In this light, what is a human being, if not like a tree? The roots (buried, unseen) are our principles: the Dharma, the Buddha-nature, the ground of belief. Some call it virtue, others scripture or conscience, but it nourishes everything above. The trunk is our presence in the world; the visible self shaped by those roots, the integrity of what we’ve absorbed and become. The branches are our actions, reaching out, intersecting with others, weaving lives together in cause and effect. And the fruit? That is the impact we leave behind: joy or sorrow, healing or harm. Yet like the tree, none of these stand alone. Roots depend on soil, branches on wind, fruit on time. Each part is empty of self, but full of connection.
Biologically, the brain exists to move; only creatures that move possess nervous systems. But what of speech? As profoundly social beings, we evolved language not just to communicate, but to draw distinctions between food and stone, danger and safety; divisions necessary for survival. Lacan argues that language arises from absence, from lack: a child learns the word “hungry” not to name fullness, but to signal the ache of emptiness. Language, in this way, is a grasping toward clarity in a world shaped by void.
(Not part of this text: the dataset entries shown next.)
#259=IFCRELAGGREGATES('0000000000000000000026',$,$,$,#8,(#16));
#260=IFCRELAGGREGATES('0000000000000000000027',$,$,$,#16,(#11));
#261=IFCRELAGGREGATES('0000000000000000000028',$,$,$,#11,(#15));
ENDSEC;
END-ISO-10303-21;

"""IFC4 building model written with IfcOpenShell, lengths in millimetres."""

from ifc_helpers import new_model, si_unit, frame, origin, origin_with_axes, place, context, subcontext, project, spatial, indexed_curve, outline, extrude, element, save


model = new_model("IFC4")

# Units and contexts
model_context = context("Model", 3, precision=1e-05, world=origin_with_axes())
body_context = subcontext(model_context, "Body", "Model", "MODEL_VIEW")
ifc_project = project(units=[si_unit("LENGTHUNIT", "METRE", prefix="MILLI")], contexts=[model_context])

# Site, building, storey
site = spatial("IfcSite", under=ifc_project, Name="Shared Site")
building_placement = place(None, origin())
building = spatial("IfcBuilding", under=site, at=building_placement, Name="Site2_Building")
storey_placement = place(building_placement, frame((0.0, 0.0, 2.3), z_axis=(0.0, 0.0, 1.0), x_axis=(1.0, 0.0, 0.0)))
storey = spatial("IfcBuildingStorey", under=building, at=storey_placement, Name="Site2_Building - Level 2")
So why do we have a self? What need does it serve? What emptiness does it attempt to fill?
Perhaps the self, like language, arises to soothe the ineluctable truth of our condition: our lack of control, us thrown into being. And so we name the self. We clothe it in stories and symbols, hoping this fiction might satisfy. But often, it does the opposite. Naming the self becomes a kind of starvation disguised as nourishment, a desperate attempt to find peace by dividing what cannot be divided.
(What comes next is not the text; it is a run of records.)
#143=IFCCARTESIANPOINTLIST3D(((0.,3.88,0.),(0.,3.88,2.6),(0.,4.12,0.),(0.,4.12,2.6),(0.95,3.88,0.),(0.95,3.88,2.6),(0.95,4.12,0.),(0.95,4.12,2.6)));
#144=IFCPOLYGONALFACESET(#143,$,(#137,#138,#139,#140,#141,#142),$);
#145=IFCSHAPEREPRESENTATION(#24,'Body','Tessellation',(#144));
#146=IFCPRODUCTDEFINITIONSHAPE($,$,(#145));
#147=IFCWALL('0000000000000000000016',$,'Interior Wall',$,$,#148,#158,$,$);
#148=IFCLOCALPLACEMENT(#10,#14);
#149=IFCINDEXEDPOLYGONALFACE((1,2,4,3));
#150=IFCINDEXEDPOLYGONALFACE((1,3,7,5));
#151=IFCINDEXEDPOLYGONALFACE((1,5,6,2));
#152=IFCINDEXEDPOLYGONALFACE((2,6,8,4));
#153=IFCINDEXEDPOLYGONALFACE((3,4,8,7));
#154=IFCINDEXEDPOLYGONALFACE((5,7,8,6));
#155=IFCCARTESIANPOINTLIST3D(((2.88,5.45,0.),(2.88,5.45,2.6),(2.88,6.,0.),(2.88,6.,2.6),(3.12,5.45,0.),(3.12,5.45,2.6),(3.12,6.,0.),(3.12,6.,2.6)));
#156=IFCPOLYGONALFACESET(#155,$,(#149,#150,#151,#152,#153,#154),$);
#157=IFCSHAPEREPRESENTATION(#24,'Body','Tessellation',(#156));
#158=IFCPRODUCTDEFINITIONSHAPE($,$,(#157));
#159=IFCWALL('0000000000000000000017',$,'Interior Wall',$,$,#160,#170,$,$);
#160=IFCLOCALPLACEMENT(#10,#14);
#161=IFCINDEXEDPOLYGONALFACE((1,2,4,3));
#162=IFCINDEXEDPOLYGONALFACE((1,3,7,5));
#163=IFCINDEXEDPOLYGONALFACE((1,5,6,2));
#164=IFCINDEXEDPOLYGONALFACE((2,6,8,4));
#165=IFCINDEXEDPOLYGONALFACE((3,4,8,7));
It is like filling the alms bowl with food that cannot satiate, but only stagnate. And when that food begins to rot, we cling to it. We grow attached to the thing we mistook for ourselves, though it was always just a temporary offering, never meant to be consumed, never capable of sustaining us. Still, we hesitate to empty the bowl, to let go of what was never truly ours.
Instead, perhaps it is better to sit and let go. To see the tree as the forest, and the forest in each tree. To see the bowl as the river, and the river as the bowl. To sit (not to strive, not to fill) but to be. Empty. Present. Whole in our emptiness.